Running an electric vehicle (EV) can cost more than 24p per mile, while a diesel vehicle is 12.5p.
It costs as much as 80p per kilowatt hour to charge an EV using a rapid or ultra-rapid device on the roadside, according to data from the app ZapMap.
A typical electric car will travel 3.3 miles for every kWh of electricity used, meaning rapid and ultra-rapid chargers currently cost the equivalent of 24.1p per mile, calculations by The Times suggest.
Slower chargers cost 16.4p per mile.
This is about double the average diesel car, which will do 43 miles per gallon, resulting in a cost of 12.5p per mile at current prices. A typical petrol car costs 14.5p per mile, according to the analysis.

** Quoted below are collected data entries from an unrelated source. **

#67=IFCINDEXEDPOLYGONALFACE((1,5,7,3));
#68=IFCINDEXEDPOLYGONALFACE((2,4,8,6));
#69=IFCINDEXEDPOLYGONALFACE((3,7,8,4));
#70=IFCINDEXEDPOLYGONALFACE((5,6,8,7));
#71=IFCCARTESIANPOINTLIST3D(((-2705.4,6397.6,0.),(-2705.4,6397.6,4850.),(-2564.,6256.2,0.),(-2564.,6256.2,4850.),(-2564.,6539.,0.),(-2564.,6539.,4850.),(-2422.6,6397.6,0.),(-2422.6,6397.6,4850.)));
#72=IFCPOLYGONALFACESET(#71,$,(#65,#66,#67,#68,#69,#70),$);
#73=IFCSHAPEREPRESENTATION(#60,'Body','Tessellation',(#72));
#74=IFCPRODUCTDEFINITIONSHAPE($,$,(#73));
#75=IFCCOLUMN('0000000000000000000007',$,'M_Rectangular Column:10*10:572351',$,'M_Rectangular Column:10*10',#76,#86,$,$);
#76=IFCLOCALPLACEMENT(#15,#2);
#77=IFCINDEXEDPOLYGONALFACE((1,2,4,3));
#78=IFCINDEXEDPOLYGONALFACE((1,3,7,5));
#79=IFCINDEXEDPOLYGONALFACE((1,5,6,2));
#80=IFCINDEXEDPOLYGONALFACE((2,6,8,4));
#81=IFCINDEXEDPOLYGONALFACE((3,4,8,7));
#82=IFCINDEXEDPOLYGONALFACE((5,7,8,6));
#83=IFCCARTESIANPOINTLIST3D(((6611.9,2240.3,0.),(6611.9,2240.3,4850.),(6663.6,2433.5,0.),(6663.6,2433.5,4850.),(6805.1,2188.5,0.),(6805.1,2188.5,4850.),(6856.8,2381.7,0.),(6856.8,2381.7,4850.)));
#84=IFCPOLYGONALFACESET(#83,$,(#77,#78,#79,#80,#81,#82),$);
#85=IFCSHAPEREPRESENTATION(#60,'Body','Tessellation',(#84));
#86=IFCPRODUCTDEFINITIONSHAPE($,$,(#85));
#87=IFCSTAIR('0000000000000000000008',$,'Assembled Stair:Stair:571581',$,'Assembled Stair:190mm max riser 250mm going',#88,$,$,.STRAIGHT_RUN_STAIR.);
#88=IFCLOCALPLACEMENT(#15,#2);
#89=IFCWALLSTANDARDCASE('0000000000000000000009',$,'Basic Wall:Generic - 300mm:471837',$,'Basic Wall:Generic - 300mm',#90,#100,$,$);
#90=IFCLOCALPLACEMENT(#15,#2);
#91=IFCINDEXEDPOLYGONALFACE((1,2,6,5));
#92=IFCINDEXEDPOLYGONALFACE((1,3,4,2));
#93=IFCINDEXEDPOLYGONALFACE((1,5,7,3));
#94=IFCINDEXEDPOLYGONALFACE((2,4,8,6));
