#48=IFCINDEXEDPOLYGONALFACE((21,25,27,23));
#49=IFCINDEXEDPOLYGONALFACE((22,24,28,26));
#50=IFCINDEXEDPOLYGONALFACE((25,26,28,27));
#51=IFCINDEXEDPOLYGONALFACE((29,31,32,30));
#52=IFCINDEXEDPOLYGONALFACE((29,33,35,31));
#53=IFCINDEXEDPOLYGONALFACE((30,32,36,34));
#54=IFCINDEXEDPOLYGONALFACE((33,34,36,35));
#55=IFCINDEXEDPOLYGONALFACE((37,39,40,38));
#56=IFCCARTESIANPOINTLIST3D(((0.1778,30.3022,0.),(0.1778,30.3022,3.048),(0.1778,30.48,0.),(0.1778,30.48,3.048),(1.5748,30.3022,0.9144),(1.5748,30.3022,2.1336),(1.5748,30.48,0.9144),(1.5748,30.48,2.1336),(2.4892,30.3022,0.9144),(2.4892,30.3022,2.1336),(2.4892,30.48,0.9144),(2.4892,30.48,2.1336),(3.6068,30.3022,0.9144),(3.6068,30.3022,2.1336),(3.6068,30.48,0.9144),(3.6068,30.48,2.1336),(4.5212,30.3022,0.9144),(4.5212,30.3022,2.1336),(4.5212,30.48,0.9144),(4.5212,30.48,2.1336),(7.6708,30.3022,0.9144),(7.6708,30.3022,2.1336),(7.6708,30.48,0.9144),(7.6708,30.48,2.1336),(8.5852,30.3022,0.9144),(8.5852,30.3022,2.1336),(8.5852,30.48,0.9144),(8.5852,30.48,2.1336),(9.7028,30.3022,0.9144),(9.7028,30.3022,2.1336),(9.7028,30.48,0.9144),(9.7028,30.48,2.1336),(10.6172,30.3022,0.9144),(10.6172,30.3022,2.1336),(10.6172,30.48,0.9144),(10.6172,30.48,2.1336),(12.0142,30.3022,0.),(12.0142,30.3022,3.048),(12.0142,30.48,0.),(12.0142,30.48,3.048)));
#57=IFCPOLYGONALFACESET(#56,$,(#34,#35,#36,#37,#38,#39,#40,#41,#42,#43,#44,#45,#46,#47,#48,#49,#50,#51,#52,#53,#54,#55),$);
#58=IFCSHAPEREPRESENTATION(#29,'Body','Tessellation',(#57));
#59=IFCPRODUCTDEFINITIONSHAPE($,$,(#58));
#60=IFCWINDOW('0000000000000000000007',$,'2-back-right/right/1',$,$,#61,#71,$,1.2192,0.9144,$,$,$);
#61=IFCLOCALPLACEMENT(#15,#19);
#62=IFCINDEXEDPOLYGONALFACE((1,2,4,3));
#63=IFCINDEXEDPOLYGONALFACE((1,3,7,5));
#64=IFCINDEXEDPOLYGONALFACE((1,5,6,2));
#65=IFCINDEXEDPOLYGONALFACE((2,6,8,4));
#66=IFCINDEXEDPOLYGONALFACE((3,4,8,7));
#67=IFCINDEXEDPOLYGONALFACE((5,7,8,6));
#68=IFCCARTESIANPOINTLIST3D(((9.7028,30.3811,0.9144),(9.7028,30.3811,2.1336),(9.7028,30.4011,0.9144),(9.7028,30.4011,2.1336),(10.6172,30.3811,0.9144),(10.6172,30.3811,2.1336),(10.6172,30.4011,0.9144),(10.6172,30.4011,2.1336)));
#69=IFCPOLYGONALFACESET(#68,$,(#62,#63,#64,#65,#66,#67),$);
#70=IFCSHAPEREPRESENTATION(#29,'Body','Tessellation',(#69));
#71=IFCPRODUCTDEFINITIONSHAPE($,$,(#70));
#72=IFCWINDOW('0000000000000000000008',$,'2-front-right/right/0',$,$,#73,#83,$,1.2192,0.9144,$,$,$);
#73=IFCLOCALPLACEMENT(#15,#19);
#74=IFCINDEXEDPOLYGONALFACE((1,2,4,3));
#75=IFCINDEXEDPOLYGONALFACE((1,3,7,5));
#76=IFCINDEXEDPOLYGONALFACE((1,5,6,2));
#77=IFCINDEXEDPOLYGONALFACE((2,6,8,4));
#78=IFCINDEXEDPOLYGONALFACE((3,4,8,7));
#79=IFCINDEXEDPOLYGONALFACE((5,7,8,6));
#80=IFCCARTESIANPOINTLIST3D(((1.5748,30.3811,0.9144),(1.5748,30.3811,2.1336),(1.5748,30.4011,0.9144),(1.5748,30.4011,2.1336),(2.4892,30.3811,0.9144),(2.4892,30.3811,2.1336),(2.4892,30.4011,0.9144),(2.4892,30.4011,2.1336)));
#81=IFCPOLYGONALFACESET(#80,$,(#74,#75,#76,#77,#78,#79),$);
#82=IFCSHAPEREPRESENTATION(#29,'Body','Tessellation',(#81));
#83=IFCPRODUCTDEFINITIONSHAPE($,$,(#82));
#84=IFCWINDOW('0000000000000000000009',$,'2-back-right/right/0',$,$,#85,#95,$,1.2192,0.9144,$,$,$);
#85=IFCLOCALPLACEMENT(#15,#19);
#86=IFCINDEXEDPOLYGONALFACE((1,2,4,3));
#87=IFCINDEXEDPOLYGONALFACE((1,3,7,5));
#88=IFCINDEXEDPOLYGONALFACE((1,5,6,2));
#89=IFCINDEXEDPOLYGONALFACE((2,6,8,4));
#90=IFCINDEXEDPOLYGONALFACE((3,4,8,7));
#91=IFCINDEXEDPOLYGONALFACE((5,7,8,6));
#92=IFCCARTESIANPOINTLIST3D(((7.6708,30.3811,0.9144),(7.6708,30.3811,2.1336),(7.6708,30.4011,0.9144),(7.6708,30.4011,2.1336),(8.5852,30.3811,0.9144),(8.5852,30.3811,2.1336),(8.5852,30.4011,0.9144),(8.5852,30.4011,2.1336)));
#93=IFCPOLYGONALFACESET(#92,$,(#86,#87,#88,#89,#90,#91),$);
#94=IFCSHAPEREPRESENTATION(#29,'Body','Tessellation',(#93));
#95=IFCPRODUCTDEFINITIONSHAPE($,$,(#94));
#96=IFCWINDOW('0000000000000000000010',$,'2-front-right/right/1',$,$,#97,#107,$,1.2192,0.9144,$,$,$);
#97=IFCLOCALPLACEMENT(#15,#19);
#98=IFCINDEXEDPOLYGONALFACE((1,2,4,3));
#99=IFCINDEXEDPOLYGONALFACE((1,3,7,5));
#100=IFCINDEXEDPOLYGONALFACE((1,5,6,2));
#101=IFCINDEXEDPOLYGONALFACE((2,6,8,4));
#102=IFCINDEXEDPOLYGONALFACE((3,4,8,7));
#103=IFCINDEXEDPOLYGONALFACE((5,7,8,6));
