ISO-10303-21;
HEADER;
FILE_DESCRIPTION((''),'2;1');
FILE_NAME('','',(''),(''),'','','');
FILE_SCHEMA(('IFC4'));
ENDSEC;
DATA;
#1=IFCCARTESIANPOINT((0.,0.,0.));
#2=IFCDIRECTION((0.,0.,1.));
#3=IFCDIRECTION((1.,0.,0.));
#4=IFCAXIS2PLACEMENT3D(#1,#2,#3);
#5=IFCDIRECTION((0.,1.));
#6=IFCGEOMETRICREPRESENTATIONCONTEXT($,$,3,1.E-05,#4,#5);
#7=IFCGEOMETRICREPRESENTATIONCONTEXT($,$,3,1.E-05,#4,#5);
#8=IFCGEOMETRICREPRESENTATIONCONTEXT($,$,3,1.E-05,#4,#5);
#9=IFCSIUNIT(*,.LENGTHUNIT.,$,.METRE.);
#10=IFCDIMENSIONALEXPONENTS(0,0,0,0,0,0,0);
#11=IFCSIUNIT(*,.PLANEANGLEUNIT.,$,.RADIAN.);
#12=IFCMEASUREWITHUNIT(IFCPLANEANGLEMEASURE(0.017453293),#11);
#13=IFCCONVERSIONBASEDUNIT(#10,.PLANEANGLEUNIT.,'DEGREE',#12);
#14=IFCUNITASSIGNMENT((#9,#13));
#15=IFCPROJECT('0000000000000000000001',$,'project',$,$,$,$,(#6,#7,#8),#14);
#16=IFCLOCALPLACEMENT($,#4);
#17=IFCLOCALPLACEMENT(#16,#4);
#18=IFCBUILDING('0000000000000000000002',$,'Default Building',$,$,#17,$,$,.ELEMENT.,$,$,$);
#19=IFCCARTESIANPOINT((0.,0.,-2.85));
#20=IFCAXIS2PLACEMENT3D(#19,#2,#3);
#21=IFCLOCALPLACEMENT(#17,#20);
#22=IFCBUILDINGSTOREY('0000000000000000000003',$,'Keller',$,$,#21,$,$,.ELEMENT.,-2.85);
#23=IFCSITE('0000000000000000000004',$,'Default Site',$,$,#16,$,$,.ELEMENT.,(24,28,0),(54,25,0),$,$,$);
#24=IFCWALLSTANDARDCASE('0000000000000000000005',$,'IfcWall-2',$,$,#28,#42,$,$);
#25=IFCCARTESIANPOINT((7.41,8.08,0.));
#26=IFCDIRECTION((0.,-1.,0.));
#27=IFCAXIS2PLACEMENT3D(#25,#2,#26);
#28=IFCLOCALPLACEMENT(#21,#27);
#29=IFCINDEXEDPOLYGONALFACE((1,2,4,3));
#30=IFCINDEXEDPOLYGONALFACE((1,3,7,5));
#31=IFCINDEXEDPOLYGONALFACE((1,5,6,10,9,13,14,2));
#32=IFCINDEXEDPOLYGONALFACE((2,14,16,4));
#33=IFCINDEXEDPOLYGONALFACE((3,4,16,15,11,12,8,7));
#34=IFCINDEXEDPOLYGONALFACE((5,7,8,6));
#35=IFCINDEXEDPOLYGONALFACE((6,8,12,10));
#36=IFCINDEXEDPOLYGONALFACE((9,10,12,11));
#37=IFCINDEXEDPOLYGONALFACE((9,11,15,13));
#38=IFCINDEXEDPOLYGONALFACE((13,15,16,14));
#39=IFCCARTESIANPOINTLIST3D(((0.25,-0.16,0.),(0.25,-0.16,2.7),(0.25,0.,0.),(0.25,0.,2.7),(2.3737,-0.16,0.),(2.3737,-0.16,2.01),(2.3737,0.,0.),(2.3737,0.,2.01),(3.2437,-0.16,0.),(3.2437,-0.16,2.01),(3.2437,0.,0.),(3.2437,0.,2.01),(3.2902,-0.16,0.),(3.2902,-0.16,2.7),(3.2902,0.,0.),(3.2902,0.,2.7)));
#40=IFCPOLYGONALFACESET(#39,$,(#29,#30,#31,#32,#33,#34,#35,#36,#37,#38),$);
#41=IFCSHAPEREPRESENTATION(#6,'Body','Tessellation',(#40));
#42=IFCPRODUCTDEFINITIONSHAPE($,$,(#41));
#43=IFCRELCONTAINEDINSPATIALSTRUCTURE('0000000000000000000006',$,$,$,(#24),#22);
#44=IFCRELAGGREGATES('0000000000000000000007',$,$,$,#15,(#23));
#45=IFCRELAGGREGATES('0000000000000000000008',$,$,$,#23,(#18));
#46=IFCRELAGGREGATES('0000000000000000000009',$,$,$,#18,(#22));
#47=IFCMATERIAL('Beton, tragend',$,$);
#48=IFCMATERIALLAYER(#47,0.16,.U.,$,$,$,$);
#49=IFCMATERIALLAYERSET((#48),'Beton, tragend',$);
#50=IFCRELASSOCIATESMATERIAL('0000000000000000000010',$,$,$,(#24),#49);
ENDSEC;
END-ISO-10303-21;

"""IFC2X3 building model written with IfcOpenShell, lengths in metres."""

from ifc_helpers import new_model, entity, si_unit, converted_unit, direction, frame, frame_2d, origin_with_axes, place, context, project, spatial, polyline, rectangle, outline, extrude, material, layer, layer_set, layer_usage, element, save


model = new_model("IFC2X3")

# Units and contexts
context_of_model_1 = context(None, 3, precision=1e-05, world=origin_with_axes(), true_north=direction((0.0, 1.0)))
context_of_model_2 = context(None, 3, precision=1e-05, world=origin_with_axes(), true_north=direction((0.0, 1.0)))
context_of_model_3 = context(None, 3, precision=1e-05, world=origin_with_axes(), true_north=direction((0.0, 1.0)))
ifc_project = project(units=[si_unit("LENGTHUNIT", "METRE"), converted_unit("PLANEANGLEUNIT", "DEGREE", entity("IfcPlaneAngleMeasure", 0.017453293), si_unit("PLANEANGLEUNIT", "RADIAN"), dimensions=[0, 0, 0, 0, 0, 0, 0])], contexts=[context_of_model_1, context_of_model_2, context_of_model_3])

# Site, building, storey
site_placement = place(None, origin_with_axes())
site = spatial("IfcSite", under=ifc_project, at=site_placement, Name="Default Site", CompositionType="ELEMENT", RefLatitude=(24, 28, 0), RefLongitude=(54, 25, 0))
building_placement = place(site_placement, origin_with_axes())
building = spatial("IfcBuilding", under=site, at=building_placement, Name="Default Building", CompositionType="ELEMENT")
storey_placement = place(building_placement, frame((0.0, 0.0, -2.85), z_axis=(0.0, 0.0, 1.0), x_axis=(1.0, 0.0, 0.0)))
storey = spatial("IfcBuildingStorey", under=building, at=storey_placement, Name="Keller", CompositionType="ELEMENT", Elevation=-2.85)

# Shared definitions
ifc_material_1 = material(Name="Beton, tragend")

# Wall, opening
ifc_layer_1 = layer(ifc_material_1, 0.16, ventilated="UNKNOWN")
ifc_layer_set_1 = layer_set([ifc_layer_1], Name="Beton, tragend")
ifc_layer_usage_1 = layer_usage(ifc_layer_set_1, "AXIS2", "NEGATIVE", 0.0)
wall_1_placement = place(storey_placement, frame((7.41, 8.08, 0.0), z_axis=(0.0, 0.0, 1.0), x_axis=(0.0, -1.0, 0.0)))
wall_1 = element("IfcWallStandardCase", 1, at=wall_1_placement, inside=storey, material=ifc_layer_usage_1, Name="IfcWall-2", context=context_of_model_1, shape_type="SweptSolid", body=[
    extrude(outline(polyline([(0.25, -0.16), (3.2902, -0.16), (3.2902, 0.0), (0.25, 0.0), (0.25, -0.16)])), origin_with_axes(), (0.0, 0.0, 1.0), 2.7),
])
opening_1_placement = place(wall_1_placement, frame((2.8087, -0.16, 0.0), z_axis=(0.0, 0.0, 1.0), x_axis=(1.0, 0.0, 0.0)))
element("IfcOpeningElement", 2, at=opening_1_placement, cuts=wall_1, context=context_of_model_1, shape_type="SweptSolid", body=[
    extrude(rectangle(XDim=2.01, YDim=0.87, at=frame_2d((0.0, 1.005), x_axis=(0.0, -1.0))), frame((0.0, 0.0, 0.0), z_axis=(0.0, 1.0, 0.0), x_axis=(-1.0, 0.0, 0.0)), (0.0, 0.0, 1.0), 0.16),
])

save(model, "model.ifc")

A return journey from London to Penzance would cost £148 in an electric car using rapid chargers, The Times said, compared with £77 in a diesel car and £89 using petrol.
It added that at-home charging is much cheaper, at less than a third of the price of the average rapid charger.
https://www.telegraph.co.uk/news/2024/09/20/electric-cars-cost-double-petrol-diesel-2024/
Once again the Telegraph ignores the issue of fuel duties, which make up nearly a half of the cost of filling up with petrol and diesel.
Sooner or later EV drivers will have to pay tax too. In effect this means that the real running cost of EVs, using public chargers, is four times as expensive.
Even home charging barely works out any cheaper.
But that is not the real issue. The millions of drivers without offstreet parking are going to be paying through the nose. Indeed, this cost, the cost of buying an EV, along with the sheer hassle of queuing up at chargers will probably make owning a car an impossibility for many people.